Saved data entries
*** Begin section ***

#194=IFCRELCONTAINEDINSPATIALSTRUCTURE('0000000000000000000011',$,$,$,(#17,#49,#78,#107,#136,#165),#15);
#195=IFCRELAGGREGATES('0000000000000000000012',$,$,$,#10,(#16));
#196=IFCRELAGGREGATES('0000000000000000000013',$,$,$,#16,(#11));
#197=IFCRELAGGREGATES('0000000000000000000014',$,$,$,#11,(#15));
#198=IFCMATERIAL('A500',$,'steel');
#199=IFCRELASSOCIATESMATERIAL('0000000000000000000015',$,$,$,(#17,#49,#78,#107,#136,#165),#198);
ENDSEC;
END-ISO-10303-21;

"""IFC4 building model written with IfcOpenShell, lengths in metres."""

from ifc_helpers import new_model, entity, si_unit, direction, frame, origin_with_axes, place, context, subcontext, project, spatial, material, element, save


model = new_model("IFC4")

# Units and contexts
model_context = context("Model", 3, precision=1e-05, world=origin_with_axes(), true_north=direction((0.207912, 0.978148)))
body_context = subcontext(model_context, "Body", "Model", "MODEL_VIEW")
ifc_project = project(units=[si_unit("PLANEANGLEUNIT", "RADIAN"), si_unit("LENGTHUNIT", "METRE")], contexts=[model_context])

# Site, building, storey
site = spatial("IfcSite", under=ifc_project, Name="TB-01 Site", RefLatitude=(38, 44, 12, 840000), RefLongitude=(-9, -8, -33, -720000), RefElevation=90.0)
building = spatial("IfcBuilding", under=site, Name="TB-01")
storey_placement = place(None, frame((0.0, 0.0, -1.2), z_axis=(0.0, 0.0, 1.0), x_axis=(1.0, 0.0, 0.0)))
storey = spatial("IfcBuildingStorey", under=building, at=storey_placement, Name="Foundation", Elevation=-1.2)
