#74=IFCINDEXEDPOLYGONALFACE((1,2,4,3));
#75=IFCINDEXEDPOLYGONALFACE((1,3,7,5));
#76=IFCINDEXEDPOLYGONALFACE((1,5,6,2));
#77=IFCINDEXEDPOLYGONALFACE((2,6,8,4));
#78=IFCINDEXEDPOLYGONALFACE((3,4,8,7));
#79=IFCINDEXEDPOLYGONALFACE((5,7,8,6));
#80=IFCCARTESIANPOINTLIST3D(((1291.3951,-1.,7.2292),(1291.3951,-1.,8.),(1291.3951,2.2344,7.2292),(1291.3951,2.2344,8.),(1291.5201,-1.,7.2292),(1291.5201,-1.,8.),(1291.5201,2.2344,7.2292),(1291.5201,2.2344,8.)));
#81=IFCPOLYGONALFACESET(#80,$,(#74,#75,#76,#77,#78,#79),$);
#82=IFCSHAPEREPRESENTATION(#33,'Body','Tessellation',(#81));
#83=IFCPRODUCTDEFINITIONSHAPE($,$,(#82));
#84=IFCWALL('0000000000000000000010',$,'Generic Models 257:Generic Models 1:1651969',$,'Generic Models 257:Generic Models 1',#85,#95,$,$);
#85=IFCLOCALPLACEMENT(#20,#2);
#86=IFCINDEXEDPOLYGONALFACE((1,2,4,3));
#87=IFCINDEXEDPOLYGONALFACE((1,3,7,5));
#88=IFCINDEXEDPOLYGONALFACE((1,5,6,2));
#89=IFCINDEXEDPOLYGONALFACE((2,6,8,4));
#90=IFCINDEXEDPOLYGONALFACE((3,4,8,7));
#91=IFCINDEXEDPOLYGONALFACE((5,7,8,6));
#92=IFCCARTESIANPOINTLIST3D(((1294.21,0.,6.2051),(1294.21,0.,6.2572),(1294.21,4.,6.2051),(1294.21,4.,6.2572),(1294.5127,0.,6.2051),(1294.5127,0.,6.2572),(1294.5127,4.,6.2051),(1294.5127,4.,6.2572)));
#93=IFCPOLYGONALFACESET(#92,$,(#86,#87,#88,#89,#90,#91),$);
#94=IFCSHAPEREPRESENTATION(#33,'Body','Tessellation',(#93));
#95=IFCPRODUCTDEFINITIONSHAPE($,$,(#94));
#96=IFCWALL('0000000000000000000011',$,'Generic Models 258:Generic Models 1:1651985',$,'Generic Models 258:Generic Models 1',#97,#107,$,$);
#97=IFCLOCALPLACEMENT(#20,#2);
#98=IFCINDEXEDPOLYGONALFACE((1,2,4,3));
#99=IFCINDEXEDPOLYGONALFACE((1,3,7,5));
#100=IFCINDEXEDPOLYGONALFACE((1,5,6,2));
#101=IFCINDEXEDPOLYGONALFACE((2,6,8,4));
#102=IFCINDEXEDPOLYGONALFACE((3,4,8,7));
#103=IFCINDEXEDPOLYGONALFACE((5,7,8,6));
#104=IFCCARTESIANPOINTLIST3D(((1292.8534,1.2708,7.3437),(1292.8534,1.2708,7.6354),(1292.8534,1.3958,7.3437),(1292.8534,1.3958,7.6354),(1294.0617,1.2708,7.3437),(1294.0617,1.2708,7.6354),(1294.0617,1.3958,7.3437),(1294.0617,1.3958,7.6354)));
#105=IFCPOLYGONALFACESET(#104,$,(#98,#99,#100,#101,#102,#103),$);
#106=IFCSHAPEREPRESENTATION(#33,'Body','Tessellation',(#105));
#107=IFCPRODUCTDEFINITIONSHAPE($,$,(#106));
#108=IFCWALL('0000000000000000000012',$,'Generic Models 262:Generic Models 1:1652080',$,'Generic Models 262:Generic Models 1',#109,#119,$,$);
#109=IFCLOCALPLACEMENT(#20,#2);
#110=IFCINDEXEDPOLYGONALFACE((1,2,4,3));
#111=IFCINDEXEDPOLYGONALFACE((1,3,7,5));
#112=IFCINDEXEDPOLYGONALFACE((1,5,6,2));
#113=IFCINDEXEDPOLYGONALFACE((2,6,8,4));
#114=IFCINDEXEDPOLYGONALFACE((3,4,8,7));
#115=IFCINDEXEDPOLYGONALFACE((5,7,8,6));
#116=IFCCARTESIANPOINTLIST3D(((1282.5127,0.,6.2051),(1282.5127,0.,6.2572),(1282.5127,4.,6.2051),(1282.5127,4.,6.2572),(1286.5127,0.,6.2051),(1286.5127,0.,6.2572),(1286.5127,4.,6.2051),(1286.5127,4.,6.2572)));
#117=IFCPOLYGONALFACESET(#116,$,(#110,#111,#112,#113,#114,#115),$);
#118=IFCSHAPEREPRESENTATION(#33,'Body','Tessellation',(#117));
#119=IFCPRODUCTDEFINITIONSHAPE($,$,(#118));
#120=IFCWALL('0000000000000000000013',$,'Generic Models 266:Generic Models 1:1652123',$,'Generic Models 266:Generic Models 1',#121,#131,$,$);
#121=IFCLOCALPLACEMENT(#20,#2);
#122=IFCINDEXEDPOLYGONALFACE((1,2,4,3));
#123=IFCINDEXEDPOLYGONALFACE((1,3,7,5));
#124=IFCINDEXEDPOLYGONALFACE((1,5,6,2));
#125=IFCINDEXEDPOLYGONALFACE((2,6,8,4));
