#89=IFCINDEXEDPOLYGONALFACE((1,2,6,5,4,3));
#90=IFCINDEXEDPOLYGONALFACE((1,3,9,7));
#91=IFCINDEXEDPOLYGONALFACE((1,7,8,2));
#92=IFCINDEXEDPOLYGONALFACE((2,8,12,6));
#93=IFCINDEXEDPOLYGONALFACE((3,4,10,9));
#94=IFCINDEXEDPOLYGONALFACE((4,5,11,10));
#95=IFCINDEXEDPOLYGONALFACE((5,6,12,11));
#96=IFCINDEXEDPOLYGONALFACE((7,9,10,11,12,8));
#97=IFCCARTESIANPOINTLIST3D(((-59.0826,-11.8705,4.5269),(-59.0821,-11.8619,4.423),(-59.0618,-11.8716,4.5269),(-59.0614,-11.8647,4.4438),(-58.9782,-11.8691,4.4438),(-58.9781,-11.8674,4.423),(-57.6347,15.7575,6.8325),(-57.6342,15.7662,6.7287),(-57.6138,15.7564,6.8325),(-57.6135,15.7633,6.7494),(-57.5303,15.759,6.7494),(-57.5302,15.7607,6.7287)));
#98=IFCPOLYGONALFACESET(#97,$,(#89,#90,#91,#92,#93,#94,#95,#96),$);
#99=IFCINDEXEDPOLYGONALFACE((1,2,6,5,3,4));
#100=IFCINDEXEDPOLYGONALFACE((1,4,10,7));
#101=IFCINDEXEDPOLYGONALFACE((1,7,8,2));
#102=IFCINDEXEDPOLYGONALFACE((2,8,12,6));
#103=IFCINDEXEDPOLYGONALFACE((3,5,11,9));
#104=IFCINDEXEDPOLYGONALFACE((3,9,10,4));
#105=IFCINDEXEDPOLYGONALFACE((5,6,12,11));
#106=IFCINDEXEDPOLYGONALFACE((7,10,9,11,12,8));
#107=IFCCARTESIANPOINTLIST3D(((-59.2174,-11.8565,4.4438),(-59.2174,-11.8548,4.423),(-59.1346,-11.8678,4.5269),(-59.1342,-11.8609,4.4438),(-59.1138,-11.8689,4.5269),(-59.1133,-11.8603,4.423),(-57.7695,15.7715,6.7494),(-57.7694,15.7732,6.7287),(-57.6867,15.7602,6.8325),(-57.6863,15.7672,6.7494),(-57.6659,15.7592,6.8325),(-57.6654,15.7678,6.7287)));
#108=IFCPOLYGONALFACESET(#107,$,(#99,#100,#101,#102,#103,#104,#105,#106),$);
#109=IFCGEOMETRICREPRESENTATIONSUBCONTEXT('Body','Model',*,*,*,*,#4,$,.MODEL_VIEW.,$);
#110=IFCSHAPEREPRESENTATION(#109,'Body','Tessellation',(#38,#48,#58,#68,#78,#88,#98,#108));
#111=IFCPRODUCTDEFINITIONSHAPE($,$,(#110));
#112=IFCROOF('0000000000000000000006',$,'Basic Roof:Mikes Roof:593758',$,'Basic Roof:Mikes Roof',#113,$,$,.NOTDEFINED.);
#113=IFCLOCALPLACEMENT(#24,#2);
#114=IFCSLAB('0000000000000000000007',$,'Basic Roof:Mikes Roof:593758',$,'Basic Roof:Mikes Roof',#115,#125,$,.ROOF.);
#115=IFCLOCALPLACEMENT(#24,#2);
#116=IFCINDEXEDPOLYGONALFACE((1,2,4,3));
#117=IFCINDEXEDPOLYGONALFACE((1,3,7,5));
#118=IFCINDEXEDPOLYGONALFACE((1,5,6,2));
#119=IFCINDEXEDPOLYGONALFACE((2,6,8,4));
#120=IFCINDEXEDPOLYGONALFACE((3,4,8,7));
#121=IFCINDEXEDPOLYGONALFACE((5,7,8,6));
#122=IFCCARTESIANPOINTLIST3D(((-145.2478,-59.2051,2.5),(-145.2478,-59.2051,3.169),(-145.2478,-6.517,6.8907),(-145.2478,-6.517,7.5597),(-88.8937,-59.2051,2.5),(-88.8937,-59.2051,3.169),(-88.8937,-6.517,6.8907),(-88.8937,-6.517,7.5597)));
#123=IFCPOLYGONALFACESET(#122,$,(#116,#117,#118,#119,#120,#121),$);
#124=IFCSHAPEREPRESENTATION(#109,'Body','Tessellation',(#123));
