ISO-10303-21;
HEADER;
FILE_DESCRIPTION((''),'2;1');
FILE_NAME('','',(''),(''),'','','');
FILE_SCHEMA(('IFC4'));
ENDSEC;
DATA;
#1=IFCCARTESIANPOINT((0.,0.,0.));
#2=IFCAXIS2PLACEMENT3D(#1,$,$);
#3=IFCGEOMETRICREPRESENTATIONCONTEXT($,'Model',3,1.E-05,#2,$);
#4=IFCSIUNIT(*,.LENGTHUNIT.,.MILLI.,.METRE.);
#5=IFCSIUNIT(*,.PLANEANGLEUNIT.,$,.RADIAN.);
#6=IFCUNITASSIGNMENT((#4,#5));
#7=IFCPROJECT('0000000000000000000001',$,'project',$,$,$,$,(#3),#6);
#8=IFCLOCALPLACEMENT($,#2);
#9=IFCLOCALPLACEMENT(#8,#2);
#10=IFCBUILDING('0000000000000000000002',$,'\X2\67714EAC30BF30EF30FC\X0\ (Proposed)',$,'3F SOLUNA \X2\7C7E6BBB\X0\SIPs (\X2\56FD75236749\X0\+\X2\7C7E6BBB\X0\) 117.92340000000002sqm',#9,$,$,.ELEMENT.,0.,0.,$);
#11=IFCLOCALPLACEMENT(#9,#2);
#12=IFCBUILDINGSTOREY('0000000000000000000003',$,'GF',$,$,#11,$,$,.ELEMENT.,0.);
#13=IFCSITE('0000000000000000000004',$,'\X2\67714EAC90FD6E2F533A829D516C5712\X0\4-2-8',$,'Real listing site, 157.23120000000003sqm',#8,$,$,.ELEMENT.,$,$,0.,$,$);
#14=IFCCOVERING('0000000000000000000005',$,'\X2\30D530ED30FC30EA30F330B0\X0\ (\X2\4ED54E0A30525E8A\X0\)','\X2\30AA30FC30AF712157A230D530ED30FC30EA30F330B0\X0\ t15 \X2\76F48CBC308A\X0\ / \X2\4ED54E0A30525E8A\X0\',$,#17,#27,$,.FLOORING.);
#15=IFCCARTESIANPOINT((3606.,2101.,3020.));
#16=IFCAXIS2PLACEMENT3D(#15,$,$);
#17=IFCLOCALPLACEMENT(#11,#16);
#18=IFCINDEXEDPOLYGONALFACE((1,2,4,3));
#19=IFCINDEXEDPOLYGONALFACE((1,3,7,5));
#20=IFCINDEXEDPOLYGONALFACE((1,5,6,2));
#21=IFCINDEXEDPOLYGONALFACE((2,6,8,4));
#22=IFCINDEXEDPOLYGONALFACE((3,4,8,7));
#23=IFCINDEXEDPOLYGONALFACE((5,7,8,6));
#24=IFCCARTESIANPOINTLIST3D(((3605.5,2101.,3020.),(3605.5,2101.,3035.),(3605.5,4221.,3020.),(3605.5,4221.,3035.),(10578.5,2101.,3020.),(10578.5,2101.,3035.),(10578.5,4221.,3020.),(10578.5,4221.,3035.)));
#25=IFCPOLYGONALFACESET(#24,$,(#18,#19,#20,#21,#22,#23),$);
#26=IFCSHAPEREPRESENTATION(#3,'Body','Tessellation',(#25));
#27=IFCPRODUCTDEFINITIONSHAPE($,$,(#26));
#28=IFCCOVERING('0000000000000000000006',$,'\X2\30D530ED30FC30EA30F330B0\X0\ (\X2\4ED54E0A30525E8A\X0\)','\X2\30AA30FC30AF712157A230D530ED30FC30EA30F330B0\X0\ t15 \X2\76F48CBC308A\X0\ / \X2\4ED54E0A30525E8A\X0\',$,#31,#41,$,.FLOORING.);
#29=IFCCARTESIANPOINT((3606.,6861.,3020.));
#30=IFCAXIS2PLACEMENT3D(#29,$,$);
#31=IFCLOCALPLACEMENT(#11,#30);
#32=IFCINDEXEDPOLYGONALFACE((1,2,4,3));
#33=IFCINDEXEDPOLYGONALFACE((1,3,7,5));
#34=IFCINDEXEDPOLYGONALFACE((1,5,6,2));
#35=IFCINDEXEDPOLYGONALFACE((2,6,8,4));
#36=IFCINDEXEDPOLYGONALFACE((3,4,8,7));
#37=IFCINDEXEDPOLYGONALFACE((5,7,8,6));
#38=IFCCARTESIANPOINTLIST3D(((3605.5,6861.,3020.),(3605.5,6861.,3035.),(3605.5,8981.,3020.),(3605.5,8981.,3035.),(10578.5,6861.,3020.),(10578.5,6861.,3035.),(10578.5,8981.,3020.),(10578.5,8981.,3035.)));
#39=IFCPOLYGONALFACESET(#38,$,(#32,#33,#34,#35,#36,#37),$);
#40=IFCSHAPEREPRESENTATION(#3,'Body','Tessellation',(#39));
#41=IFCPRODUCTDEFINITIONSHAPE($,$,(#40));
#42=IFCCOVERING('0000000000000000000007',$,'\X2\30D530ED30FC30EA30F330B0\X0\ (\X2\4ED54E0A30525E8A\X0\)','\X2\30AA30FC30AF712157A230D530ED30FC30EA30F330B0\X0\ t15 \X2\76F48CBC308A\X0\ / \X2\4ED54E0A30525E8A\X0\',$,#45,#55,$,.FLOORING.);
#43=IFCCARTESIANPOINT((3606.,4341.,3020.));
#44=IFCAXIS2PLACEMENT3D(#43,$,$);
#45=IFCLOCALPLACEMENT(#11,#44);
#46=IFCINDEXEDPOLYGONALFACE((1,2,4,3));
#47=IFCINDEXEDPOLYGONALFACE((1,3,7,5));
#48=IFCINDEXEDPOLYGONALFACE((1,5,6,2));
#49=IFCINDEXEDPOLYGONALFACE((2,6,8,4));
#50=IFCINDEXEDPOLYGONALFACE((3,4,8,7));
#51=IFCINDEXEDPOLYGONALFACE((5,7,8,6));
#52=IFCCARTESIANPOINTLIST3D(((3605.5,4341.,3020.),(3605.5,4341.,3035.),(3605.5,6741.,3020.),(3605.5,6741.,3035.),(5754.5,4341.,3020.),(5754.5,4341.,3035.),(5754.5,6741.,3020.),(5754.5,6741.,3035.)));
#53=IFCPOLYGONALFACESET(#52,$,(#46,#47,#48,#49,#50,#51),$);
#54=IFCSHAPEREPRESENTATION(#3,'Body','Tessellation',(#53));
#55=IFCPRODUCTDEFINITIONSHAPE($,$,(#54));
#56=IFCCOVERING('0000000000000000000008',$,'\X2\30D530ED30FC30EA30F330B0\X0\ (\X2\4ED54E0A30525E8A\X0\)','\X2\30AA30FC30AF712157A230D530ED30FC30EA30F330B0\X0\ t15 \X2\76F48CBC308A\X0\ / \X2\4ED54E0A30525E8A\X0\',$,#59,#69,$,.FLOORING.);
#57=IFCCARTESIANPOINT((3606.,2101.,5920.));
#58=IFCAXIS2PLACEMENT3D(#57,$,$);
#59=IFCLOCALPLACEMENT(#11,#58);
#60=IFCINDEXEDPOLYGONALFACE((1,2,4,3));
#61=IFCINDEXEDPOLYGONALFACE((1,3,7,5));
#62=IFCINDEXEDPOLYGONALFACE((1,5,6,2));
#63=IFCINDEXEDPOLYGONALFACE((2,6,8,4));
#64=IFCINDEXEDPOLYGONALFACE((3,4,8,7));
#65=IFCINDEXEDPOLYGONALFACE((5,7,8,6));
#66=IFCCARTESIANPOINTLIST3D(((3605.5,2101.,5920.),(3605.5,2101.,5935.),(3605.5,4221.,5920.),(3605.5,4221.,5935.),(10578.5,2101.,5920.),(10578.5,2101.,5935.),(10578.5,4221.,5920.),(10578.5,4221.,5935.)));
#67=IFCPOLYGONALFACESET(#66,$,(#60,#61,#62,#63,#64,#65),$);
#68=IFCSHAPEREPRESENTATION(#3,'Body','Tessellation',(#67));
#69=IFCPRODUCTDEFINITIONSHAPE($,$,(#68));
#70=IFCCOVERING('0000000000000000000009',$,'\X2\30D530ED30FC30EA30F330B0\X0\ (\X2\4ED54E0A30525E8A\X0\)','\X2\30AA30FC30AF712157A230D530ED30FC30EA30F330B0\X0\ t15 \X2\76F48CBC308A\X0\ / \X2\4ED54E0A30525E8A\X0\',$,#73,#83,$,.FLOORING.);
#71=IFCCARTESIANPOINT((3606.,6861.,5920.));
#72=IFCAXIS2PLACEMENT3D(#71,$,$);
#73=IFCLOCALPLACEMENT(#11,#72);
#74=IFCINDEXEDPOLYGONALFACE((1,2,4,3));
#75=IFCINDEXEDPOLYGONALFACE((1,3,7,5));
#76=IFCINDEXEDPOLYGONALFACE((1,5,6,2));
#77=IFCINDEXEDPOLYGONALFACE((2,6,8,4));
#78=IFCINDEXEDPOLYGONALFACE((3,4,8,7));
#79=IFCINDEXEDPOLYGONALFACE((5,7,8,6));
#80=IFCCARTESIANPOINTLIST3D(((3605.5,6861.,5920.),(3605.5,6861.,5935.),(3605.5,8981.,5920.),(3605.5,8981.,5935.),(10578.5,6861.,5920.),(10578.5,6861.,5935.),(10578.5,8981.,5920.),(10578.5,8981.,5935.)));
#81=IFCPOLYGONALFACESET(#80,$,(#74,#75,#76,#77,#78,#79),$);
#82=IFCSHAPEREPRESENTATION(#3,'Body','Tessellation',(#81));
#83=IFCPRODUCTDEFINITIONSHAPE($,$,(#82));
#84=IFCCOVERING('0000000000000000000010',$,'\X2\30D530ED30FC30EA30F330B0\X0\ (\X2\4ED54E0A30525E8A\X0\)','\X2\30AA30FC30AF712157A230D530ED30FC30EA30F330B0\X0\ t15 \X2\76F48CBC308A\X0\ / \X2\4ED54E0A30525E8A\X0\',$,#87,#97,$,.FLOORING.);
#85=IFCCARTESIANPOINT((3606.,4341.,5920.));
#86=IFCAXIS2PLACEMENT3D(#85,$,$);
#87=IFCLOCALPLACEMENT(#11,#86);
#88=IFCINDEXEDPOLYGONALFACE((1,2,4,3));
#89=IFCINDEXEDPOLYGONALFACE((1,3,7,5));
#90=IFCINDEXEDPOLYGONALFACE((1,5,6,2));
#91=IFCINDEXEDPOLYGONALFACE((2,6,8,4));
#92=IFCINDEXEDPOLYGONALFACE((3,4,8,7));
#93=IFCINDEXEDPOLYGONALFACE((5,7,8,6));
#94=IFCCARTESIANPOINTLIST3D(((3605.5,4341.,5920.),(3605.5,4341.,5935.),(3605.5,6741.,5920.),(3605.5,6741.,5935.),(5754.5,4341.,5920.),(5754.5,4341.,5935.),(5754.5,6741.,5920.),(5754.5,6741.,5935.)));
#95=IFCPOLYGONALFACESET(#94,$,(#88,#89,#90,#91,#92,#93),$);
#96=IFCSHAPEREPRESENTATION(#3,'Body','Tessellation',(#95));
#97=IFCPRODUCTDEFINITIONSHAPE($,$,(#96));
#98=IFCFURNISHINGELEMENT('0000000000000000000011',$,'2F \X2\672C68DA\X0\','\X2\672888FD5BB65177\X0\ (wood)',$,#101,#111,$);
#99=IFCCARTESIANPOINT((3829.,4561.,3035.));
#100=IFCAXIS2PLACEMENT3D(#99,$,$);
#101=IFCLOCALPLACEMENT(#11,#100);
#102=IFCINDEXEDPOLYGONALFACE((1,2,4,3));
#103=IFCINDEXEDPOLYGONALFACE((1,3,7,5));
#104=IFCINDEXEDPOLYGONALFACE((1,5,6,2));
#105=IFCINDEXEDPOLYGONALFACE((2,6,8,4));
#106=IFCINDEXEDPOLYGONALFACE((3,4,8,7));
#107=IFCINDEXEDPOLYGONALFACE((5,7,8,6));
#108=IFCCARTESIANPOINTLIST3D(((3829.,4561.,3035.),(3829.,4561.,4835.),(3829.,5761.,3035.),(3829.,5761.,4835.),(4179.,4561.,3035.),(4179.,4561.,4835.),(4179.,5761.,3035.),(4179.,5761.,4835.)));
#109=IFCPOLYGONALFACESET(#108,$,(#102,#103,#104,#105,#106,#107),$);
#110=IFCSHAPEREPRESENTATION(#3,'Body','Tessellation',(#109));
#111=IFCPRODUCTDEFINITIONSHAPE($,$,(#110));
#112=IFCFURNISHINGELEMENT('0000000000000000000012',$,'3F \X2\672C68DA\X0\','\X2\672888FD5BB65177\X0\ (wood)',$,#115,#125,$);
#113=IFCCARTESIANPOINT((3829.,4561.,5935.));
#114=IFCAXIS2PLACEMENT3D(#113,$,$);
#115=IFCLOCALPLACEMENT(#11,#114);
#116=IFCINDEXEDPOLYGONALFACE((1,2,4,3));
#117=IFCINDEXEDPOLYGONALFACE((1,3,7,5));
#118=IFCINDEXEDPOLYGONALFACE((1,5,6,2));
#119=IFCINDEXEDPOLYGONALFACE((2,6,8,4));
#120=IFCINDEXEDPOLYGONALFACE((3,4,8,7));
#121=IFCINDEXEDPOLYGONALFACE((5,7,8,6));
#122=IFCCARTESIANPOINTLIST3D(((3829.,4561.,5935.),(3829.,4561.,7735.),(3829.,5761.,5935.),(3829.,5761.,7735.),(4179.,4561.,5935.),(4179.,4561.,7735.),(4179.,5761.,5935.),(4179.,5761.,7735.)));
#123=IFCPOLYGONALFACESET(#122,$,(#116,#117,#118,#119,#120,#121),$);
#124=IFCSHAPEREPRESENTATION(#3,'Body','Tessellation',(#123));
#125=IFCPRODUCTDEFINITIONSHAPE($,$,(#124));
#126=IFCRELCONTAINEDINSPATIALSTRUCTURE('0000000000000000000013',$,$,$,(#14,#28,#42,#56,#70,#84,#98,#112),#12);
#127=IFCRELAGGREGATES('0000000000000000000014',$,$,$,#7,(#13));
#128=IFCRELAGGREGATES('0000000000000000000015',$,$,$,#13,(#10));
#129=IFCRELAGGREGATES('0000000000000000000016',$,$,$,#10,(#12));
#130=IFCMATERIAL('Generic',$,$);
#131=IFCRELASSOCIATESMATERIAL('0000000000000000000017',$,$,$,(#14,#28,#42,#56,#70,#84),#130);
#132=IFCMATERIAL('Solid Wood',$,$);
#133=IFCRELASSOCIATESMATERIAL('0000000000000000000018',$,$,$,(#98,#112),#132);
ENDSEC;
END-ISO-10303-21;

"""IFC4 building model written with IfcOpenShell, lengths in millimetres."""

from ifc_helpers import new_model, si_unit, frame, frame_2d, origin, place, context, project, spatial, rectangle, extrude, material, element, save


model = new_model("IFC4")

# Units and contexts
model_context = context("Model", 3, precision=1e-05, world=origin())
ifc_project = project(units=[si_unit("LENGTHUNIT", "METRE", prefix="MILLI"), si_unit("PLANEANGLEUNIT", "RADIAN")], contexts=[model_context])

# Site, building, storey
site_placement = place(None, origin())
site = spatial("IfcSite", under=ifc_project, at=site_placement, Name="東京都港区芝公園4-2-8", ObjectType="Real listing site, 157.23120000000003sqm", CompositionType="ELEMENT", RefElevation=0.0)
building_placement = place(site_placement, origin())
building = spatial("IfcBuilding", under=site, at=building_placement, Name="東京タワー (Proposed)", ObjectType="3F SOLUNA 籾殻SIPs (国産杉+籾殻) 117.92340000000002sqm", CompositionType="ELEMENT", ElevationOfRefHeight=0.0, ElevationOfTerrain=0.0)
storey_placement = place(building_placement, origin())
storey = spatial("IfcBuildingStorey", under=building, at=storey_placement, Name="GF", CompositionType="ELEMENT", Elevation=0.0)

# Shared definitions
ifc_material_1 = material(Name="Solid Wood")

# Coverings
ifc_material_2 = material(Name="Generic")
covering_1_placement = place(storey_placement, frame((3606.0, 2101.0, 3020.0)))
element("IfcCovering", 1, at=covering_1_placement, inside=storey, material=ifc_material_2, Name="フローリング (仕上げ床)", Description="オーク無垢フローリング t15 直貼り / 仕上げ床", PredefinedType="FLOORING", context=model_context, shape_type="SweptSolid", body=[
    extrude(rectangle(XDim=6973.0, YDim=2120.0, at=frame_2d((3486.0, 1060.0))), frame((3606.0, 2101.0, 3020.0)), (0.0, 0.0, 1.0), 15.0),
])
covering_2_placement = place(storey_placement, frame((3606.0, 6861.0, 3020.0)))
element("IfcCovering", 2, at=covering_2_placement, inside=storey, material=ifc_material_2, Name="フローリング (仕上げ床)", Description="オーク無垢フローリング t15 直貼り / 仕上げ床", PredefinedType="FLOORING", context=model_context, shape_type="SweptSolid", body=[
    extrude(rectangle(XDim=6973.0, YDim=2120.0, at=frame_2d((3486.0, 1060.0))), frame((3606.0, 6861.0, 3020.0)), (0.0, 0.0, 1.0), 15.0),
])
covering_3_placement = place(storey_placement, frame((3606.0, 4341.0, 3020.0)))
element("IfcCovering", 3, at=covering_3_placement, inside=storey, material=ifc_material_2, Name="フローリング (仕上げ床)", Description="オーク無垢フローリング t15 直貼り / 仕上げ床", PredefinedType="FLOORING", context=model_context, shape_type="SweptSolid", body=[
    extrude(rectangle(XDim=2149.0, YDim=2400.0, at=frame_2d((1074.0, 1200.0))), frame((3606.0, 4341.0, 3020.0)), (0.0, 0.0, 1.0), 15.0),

*** End section ***

● What the exercise asks
Whenever the string "IFCSIUNIT" shows up in a line above, copy that line.

● Answer to this exercise
#4=IFCSIUNIT(*,.LENGTHUNIT.,.MILLI.,.METRE.);
#5=IFCSIUNIT(*,.PLANEANGLEUNIT.,$,.RADIAN.);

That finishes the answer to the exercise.